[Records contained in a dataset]

[Start of section]

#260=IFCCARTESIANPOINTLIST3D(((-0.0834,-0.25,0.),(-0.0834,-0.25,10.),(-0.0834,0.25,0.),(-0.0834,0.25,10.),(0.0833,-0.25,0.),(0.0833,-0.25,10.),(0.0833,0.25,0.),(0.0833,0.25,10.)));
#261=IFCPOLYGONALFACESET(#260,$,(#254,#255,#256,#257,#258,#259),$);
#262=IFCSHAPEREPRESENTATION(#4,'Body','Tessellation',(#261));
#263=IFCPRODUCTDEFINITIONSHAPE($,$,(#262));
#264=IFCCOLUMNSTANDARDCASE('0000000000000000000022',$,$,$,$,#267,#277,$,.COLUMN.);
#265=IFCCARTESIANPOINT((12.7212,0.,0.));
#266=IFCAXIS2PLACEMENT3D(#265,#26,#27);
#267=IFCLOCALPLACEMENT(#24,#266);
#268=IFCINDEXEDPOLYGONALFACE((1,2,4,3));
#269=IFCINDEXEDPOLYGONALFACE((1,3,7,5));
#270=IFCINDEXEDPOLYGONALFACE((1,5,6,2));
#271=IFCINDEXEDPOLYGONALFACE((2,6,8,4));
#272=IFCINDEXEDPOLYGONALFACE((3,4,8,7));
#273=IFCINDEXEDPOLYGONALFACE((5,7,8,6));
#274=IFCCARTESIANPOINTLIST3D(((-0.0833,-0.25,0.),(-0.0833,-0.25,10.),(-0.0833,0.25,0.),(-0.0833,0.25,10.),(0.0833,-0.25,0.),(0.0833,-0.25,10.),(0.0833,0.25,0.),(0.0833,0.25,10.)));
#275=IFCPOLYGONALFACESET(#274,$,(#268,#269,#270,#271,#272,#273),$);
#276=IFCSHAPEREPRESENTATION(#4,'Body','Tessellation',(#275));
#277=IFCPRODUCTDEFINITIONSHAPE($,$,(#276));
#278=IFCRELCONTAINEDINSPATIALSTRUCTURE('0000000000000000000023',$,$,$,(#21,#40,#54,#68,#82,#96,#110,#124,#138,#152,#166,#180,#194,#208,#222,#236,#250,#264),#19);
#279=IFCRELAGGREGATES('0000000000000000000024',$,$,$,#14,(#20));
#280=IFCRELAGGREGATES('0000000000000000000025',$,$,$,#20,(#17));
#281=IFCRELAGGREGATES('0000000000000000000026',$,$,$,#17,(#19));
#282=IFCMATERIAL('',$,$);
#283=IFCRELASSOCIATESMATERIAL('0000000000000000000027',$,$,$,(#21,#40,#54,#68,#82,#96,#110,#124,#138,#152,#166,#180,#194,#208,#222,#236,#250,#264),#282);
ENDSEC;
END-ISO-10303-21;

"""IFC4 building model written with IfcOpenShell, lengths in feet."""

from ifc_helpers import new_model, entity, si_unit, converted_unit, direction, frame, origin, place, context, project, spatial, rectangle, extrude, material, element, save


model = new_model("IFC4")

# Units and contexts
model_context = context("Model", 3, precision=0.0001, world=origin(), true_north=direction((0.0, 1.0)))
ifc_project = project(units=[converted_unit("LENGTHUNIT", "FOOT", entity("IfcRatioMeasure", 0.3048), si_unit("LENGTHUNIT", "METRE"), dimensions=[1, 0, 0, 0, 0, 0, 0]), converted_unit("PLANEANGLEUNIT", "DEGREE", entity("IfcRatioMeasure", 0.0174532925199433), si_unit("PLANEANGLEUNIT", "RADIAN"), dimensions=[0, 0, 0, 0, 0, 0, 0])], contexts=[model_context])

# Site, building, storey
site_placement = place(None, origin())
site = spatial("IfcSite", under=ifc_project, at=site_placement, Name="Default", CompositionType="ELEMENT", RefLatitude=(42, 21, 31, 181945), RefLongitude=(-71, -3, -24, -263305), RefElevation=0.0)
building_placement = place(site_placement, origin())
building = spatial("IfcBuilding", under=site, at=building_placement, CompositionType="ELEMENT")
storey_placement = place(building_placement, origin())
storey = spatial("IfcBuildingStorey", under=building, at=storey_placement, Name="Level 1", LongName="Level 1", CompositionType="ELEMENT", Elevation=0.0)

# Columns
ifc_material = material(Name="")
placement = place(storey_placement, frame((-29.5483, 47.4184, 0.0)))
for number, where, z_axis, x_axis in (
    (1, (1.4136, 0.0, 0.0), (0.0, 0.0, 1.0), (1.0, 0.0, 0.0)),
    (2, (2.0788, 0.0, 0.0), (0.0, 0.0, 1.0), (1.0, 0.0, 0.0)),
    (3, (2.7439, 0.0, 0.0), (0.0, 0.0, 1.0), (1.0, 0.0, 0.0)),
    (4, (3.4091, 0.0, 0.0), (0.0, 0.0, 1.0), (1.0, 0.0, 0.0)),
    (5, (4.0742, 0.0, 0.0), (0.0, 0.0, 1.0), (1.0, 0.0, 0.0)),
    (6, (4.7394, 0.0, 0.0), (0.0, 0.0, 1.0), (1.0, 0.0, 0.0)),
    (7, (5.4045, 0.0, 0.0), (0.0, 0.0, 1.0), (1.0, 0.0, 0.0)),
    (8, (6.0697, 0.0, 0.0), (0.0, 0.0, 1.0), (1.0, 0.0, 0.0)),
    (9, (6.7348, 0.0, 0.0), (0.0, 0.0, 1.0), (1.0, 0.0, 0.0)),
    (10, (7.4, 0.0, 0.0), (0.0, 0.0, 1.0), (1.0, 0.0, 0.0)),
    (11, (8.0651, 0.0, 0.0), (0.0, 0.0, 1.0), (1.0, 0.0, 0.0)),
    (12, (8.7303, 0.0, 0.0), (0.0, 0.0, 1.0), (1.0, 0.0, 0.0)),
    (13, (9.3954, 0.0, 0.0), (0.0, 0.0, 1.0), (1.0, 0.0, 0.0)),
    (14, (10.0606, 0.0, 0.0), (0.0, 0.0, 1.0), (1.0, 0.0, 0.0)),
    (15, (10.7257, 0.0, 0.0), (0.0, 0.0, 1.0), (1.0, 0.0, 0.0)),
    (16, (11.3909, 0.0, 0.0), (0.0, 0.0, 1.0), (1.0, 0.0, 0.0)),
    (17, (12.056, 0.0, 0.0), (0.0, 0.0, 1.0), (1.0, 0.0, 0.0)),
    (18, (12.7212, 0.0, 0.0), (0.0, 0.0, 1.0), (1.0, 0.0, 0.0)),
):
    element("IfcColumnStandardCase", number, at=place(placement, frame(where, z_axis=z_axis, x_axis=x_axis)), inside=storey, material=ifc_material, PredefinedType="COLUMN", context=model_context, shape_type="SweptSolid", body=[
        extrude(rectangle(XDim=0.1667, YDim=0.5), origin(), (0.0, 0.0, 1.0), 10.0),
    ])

[End of section]

• _Work instruction_: Count every line of the entries that holds the string "rectangle". Please answer with the count alone.

• _Response to the task_: 2